Wenn man ganz genau hinsah, wie Rickman es jedes Mal tat, konnte man sich des Eindrucks nicht erwehren, dass der Heilige nicht etwa überwältigt vom mystischen Geschehen in eine tiefe Ohnmacht gefallen, sondern tot war.
Rickman war überzeugt davon, dass Caravaggio unter dem Deckmantel der Schilderung eines Wunders aus der Franziskus-Legende hier in Wirklichkeit ein Verbrechen zeigte.
Sein eigenes Verbrechen.
Der Engel, der sich über den Toten beugt, ist Caravaggio selbst, die Ähnlichkeit mit der aus den Selbstbildnissen generierten Holo-Figur war unübersehbar, die leblose Gestalt des Heiligen hingegen trägt die Züge von Rannuccio Tommasoni aus Turin, den der Künstler 1606 im Streit erschlagen hatte und daraufhin aus Rom geflohen war.
In diesem Bild verarbeitete der damals 36jährige Caravaggio dieses traumatische Erlebnis, stellte sich selbst und sein Opfer der ganzen Welt vor Augen, indem er das Gemälde an die Kirche Santa Maria in Valletta verkaufte. Jedem Gläubigen, der das Gotteshaus besuchte, führte das vielbestaunte Meisterwerk Caravaggios dessen chiffriertes Geständnis vor Augen.
Wollte er, dass alle Welt es sah? Dass die Öffentlichkeit Zeuge seiner Tat wurde? Seine Bekümmerung darüber erkannte, die sich subtil in den Gesichtszügen des Engels spiegelt? Strafte er sich dadurch selbst? War es seine Art der Sühne?
Oder wollte er öffentliche Aufmerksamkeit, wie mancher Serienkiller? War es gar nur freche Eitelkeit, überheblicher Spott über die Unfähigkeit der Justizbeamten, denen er von der Kirchenwand herab eine lange Nase drehte?
Oder wollte er vielleicht unbewusst einen Hinweis auf seine Schuld geben, um gefasst und angeklagt zu werden? Um endlich gestehen zu können, sich von dem Druck der Selbstvorwürfe zu befreien und endlich, endlich Ruhe zu finden?

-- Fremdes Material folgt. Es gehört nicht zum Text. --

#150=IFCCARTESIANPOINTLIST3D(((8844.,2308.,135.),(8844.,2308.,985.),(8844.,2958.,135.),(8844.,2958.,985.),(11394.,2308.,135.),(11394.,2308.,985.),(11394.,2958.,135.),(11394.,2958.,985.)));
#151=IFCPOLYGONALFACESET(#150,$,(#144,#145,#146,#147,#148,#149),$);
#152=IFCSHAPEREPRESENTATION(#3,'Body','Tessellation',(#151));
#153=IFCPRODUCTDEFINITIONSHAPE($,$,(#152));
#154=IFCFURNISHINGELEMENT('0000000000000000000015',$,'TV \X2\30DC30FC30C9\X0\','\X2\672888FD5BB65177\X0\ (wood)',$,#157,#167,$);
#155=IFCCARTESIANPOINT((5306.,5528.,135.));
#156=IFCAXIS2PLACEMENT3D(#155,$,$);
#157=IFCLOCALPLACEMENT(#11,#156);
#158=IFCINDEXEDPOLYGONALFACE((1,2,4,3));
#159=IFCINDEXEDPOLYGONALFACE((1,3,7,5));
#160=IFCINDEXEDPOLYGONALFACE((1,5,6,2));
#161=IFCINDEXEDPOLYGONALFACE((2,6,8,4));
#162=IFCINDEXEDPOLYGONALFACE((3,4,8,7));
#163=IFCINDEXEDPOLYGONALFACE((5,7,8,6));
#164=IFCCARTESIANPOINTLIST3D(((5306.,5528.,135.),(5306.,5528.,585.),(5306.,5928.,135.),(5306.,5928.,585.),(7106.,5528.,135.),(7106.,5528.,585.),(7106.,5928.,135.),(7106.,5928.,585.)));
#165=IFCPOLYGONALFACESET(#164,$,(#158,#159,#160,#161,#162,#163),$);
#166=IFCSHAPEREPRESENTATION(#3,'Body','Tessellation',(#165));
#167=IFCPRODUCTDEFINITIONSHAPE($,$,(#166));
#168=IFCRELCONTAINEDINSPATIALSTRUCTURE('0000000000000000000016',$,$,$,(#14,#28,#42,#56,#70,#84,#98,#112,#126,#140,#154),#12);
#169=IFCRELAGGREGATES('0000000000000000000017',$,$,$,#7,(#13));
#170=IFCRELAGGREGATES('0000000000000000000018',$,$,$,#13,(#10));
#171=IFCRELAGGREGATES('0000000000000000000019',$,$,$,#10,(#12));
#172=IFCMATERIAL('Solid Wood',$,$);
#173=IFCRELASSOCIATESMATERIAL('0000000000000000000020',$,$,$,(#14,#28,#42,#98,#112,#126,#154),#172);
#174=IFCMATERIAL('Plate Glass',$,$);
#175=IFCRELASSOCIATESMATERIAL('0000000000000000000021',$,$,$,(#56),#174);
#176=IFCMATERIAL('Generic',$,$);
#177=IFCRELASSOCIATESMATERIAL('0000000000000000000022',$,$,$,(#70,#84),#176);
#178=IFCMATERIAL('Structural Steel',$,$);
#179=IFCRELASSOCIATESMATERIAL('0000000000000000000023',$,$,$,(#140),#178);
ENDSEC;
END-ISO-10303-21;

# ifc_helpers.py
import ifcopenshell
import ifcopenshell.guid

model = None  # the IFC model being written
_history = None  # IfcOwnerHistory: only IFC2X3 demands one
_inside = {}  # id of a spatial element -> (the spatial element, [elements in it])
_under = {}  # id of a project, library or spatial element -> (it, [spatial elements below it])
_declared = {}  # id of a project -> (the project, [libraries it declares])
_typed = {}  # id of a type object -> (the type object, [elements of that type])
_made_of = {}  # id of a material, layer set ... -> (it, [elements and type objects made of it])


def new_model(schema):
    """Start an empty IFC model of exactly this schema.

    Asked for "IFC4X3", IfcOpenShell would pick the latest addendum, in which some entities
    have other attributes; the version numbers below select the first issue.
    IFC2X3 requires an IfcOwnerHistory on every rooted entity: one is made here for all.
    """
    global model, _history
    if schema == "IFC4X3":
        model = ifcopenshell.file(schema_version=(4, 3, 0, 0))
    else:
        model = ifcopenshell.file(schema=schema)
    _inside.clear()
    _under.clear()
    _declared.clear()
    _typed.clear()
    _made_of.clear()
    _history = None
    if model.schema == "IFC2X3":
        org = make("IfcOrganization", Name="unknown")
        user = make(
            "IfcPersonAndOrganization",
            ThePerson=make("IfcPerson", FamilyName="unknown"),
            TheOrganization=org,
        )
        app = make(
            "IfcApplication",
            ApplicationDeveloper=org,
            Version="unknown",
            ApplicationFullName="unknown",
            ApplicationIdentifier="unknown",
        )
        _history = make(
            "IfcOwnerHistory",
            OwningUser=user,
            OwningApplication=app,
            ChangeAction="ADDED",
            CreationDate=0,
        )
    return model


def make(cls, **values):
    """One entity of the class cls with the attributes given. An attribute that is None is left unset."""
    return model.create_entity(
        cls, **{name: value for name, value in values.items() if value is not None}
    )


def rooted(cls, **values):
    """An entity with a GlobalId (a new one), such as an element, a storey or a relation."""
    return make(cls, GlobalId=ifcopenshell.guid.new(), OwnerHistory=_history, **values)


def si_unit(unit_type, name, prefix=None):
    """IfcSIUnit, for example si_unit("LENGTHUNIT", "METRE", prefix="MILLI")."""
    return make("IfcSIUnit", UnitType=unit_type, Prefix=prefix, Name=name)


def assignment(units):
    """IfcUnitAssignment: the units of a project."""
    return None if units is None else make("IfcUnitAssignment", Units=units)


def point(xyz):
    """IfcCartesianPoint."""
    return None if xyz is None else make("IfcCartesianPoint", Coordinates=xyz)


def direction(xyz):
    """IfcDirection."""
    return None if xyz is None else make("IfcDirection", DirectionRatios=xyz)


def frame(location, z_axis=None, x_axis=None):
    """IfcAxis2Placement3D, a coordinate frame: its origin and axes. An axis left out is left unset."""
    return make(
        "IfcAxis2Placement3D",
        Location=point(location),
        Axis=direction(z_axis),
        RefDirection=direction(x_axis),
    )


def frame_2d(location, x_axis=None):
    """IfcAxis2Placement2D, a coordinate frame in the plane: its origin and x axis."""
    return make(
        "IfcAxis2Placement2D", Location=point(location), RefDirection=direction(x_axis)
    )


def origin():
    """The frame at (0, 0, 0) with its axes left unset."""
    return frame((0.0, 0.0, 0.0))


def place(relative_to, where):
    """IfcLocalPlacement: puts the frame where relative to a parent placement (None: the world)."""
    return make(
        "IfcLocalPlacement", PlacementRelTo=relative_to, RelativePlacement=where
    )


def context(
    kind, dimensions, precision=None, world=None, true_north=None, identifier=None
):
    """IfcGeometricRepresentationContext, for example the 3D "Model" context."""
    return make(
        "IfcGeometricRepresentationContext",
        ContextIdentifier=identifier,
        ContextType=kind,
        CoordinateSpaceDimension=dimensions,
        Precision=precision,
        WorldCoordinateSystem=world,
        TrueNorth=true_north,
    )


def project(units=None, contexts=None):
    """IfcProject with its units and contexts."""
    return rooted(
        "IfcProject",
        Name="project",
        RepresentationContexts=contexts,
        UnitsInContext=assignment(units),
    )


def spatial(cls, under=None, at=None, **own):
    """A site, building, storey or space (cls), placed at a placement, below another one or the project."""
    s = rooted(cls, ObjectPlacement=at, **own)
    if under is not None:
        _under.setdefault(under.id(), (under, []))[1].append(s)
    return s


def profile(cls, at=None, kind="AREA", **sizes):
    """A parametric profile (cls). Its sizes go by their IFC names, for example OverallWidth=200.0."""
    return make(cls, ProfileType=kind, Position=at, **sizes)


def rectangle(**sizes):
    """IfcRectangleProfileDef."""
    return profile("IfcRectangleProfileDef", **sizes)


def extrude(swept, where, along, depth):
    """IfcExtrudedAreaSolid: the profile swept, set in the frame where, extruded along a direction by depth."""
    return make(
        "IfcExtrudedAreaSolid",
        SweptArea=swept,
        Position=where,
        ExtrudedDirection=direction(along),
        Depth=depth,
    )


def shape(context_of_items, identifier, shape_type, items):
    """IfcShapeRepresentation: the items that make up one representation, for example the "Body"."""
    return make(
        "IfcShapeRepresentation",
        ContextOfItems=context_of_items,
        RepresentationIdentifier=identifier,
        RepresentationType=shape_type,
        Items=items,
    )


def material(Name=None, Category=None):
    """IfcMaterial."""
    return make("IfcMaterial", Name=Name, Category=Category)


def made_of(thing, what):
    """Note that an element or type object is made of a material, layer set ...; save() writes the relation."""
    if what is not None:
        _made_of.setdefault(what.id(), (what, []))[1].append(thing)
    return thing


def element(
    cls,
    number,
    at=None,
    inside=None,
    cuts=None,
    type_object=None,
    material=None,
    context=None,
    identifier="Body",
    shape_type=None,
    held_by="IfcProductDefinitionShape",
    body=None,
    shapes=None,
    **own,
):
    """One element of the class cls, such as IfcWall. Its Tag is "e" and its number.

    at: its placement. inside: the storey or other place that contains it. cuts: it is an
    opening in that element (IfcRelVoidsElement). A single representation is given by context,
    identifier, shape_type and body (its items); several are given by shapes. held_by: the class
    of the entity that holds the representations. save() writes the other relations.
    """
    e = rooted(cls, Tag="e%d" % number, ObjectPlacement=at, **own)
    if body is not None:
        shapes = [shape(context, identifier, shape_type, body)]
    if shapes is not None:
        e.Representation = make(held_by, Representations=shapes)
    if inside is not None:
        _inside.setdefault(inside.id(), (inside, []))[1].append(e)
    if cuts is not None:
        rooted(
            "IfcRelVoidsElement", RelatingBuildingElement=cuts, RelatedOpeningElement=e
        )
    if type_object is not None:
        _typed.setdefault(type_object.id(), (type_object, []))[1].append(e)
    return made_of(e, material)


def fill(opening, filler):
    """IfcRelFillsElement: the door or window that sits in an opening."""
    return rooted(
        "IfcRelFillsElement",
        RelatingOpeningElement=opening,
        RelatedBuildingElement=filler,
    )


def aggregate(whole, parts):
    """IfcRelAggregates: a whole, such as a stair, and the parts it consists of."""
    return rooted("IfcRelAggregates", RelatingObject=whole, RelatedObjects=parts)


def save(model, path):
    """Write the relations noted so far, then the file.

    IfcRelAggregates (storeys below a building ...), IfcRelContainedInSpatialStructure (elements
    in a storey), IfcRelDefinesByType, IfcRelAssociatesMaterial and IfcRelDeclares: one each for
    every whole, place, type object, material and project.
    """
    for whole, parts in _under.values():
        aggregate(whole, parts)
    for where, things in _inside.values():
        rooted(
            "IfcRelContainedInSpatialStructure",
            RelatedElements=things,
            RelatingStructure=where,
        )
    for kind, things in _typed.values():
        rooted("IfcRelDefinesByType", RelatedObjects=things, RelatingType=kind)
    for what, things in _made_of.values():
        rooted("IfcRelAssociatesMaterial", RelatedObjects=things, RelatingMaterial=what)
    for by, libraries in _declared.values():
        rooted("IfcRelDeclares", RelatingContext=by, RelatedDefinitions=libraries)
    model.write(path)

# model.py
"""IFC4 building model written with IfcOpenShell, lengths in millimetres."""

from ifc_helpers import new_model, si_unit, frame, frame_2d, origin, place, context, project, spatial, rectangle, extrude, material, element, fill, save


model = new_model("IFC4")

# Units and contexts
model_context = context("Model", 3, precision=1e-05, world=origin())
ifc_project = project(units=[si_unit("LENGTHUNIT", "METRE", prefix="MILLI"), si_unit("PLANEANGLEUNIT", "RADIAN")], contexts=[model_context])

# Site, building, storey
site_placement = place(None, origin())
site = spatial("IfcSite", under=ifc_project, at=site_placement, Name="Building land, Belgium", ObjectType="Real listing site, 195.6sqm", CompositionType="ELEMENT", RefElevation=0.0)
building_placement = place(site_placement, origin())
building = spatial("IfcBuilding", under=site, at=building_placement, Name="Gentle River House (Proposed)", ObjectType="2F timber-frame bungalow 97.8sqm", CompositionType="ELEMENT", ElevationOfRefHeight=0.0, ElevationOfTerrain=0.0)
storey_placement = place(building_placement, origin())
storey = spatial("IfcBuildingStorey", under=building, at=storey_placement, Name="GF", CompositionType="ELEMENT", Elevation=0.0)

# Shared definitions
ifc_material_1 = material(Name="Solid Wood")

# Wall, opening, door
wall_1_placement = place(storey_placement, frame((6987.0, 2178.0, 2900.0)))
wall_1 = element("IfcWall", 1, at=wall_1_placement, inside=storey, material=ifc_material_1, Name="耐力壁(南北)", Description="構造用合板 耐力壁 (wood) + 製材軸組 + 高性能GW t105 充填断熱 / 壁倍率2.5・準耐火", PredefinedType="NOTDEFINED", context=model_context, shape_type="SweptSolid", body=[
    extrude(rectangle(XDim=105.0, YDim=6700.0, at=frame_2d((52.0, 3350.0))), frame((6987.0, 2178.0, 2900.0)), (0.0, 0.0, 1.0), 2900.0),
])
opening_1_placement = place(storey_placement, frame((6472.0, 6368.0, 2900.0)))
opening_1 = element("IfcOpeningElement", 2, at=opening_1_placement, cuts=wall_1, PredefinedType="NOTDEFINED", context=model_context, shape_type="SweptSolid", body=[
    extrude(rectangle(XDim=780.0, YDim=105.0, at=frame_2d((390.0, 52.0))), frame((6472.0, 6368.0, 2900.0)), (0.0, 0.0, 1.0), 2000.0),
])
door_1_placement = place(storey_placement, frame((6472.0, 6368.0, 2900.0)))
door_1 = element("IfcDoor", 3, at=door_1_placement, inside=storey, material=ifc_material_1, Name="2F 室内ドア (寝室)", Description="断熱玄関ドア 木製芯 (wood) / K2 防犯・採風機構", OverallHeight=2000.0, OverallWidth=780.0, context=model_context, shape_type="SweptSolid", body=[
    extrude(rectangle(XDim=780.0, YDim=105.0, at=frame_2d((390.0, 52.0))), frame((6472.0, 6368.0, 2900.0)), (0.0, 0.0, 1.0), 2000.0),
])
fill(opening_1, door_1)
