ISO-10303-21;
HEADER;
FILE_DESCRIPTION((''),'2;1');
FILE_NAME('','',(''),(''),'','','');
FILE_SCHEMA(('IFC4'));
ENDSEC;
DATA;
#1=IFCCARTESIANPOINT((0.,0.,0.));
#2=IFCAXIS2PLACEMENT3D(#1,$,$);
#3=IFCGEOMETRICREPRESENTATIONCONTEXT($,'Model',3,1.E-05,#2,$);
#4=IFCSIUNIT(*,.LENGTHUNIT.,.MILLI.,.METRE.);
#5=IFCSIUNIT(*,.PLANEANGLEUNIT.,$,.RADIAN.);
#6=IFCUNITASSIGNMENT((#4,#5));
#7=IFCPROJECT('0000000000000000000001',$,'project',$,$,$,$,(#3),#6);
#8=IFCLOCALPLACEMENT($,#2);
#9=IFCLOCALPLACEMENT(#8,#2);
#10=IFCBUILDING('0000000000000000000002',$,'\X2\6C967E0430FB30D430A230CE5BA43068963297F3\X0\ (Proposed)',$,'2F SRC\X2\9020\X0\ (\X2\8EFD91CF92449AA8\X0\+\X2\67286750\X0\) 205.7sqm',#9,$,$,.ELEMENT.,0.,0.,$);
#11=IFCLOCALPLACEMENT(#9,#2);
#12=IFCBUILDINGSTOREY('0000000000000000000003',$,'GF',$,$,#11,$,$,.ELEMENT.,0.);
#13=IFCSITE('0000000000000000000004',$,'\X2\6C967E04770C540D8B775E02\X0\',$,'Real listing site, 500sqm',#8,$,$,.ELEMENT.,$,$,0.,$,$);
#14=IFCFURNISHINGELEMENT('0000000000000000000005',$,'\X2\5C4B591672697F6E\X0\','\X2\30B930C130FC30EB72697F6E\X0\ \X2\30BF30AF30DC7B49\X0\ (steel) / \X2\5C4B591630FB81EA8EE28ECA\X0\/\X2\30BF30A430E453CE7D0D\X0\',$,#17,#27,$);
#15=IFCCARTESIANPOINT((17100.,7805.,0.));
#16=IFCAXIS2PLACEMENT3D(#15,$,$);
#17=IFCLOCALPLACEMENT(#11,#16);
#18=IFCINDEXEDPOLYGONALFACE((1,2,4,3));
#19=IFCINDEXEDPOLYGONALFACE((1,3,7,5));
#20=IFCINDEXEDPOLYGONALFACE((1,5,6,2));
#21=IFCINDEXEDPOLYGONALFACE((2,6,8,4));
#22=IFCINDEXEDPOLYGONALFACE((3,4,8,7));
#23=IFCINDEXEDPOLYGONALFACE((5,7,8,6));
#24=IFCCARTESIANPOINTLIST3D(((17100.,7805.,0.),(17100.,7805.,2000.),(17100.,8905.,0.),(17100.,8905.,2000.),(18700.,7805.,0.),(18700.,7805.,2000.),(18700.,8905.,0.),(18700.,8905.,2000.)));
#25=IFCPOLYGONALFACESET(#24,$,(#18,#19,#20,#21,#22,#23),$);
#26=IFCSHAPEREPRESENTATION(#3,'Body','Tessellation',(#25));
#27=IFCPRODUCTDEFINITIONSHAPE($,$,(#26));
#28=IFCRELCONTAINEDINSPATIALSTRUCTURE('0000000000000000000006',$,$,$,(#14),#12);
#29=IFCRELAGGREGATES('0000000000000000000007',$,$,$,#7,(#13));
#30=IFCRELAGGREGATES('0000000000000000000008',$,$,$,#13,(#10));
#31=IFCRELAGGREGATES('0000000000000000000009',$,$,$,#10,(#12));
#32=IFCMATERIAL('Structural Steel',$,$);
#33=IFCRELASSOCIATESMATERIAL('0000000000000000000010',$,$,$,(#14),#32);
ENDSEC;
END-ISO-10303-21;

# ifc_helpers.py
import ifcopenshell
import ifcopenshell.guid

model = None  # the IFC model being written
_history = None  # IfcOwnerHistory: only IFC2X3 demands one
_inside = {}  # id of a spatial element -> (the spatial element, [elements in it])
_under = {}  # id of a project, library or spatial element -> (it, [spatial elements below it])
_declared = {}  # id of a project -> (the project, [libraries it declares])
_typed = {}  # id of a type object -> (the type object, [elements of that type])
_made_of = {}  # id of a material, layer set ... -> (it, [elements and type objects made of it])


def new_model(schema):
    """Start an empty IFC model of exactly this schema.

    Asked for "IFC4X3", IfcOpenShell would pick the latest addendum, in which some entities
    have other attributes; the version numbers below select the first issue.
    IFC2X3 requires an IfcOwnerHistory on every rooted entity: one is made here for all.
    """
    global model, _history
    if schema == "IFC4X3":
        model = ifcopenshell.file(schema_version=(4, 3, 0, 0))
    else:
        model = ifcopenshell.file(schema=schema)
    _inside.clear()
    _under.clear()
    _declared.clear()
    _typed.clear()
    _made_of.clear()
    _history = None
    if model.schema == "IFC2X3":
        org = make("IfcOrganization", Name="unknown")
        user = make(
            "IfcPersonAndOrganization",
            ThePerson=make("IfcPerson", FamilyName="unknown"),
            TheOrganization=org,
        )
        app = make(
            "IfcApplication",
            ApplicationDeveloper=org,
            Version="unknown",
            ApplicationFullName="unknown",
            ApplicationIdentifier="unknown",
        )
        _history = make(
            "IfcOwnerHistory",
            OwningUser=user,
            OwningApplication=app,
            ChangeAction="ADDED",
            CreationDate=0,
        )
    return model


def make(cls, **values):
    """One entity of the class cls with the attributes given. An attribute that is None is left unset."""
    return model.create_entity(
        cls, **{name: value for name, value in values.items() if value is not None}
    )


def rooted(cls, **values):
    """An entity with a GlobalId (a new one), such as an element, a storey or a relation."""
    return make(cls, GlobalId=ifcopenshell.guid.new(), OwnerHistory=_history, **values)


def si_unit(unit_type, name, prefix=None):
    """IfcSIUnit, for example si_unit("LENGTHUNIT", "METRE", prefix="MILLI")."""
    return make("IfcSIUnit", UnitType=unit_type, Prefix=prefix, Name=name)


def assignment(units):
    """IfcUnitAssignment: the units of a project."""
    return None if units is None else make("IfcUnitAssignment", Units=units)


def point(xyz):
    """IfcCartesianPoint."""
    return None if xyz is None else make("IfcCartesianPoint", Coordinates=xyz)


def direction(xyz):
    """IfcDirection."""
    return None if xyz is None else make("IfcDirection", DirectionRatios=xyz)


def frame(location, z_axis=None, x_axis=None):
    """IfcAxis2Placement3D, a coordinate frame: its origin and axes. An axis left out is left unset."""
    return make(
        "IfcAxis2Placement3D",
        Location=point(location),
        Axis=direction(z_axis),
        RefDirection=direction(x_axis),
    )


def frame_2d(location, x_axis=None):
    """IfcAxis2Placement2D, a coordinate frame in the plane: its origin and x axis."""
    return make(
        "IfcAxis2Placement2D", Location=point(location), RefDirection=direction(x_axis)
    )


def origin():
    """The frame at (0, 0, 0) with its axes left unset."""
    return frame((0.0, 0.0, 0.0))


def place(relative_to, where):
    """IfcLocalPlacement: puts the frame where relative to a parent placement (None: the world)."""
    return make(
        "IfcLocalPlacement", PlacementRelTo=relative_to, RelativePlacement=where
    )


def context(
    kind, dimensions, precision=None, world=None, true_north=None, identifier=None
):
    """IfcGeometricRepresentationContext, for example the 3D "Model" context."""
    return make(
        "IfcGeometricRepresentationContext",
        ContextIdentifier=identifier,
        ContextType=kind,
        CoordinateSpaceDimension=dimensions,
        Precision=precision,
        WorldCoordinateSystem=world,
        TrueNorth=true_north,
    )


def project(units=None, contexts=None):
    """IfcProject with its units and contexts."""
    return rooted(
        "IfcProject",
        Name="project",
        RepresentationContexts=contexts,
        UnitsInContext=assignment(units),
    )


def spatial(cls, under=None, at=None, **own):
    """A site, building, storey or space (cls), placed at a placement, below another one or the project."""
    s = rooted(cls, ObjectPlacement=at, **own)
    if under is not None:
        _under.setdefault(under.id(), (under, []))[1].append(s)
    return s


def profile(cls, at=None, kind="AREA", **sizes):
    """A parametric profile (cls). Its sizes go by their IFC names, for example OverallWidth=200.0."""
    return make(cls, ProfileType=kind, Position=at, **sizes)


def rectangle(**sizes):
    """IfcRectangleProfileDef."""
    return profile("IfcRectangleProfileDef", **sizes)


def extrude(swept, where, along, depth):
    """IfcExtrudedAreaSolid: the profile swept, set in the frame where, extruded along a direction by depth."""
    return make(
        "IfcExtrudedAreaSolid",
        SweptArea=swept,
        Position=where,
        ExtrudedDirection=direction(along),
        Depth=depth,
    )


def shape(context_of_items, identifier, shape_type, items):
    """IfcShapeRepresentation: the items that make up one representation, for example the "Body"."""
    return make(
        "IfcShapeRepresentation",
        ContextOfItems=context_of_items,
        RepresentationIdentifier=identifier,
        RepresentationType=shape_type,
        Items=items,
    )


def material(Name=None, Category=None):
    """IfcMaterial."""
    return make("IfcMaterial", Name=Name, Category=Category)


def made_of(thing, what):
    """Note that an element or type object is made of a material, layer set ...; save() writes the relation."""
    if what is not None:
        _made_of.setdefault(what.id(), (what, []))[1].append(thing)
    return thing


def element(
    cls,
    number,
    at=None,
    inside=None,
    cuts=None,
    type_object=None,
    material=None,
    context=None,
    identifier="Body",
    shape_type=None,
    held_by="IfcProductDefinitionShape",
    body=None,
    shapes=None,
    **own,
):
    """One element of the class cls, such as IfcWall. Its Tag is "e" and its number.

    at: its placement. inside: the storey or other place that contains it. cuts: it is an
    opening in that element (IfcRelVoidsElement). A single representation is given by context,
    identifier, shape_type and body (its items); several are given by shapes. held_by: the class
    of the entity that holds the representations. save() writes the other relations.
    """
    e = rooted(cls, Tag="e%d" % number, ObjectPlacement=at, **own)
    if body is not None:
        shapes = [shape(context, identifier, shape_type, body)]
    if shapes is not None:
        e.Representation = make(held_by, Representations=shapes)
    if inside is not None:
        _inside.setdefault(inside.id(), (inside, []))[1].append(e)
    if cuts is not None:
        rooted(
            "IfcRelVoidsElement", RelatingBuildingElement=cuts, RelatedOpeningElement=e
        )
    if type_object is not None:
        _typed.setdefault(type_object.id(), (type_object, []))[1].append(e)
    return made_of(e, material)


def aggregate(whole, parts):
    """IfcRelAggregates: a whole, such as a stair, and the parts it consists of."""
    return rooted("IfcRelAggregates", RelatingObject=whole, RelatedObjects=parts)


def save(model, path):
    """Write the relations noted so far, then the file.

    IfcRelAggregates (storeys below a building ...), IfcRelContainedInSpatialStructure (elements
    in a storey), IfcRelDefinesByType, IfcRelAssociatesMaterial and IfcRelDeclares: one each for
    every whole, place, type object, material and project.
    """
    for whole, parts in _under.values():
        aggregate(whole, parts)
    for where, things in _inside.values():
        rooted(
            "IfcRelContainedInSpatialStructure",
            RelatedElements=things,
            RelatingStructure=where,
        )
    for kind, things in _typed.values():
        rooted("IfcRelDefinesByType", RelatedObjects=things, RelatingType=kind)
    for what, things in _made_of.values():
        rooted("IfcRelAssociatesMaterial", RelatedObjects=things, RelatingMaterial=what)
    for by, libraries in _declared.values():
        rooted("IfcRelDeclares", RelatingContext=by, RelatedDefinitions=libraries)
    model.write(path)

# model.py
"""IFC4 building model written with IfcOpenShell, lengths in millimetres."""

from ifc_helpers import new_model, si_unit, frame, frame_2d, origin, place, context, project, spatial, rectangle, extrude, material, element, save


model = new_model("IFC4")

# Units and contexts
model_context = context("Model", 3, precision=1e-05, world=origin())
ifc_project = project(units=[si_unit("LENGTHUNIT", "METRE", prefix="MILLI"), si_unit("PLANEANGLEUNIT", "RADIAN")], contexts=[model_context])

# Site, building, storey
site_placement = place(None, origin())
site = spatial("IfcSite", under=ifc_project, at=site_placement, Name="沖縄県名護市", ObjectType="Real listing site, 500sqm", CompositionType="ELEMENT", RefElevation=0.0)
building_placement = place(site_placement, origin())
building = spatial("IfcBuilding", under=site, at=building_placement, Name="沖縄・ピアノ室と防音 (Proposed)", ObjectType="2F SRC造 (軽量鉄骨+木材) 205.7sqm", CompositionType="ELEMENT", ElevationOfRefHeight=0.0, ElevationOfTerrain=0.0)
storey_placement = place(building_placement, origin())
storey = spatial("IfcBuildingStorey", under=building, at=storey_placement, Name="GF", CompositionType="ELEMENT", Elevation=0.0)

# Shared definitions
ifc_material_1 = material(Name="Structural Steel")

# Furnishing element
furnishing_1_placement = place(storey_placement, frame((17100.0, 7805.0, 0.0)))
element("IfcFurnishingElement", 1, at=furnishing_1_placement, inside=storey, material=ifc_material_1, Name="屋外物置", Description="スチール物置 タクボ等 (steel) / 屋外・自転車/タイヤ収納", context=model_context, shape_type="SweptSolid", body=[
    extrude(rectangle(XDim=1600.0, YDim=1100.0, at=frame_2d((800.0, 550.0))), frame((17100.0, 7805.0, 0.0)), (0.0, 0.0, 1.0), 2000.0),
])

save(model, "model.ifc")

Stellte er vielleicht sein Verbrechen in einem Gotteshaus dar, unter den Augen des Allmächtigen, um dessen Gerechtigkeit und Gnade zu erflehen? Oder verhöhnte er mit seinem Geniestreich auch Gott und die katholische Kirche?
Konnte ein so begnadetes Genie wie er überhaupt ein Mörder sein? War dies seine Entschuldigung? Gab er darum seiner Schuld eine so großartige, eine so überirdisch schöne Form, die man einfach nur staunend bewundern musste und um derentwillen man nicht anders konnte, als ihm sein aufbrausendes Temperament, seine spontane Tat zu verzeihen?
Bestimmt hätte ein Psychologe die narzisstische Persönlichkeitsstruktur Caravaggios viel besser und wissenschaftlich fundiert erklären können.
Doch Rickman konnte ihn verstehen!
Er kannte diese Mischung aus Genialität und Mangel an Selbstbeherrschung, die morbide Vorliebe für das Schreckliche, die blinden Wutanfälle jenen gegenüber, die nicht verstanden und auch nicht verstehen wollten. Caravaggio versuchte seine Tat zu sühnen, indem er sie der ganzen Welt offenbarte. Und gleichzeitig erhob er sich durch die Großartigkeit der Darstellung geistig über die, die ihn nicht begreifen konnten, stellte sich mit seinem Genie einer höheren Gerechtigkeit als der irdischen. Kein Mord - Totschlag vielleicht, ein Anfall von Wut, ein Unfall, ein grausamer Zufall. Zur falschen Zeit am falschen Ort.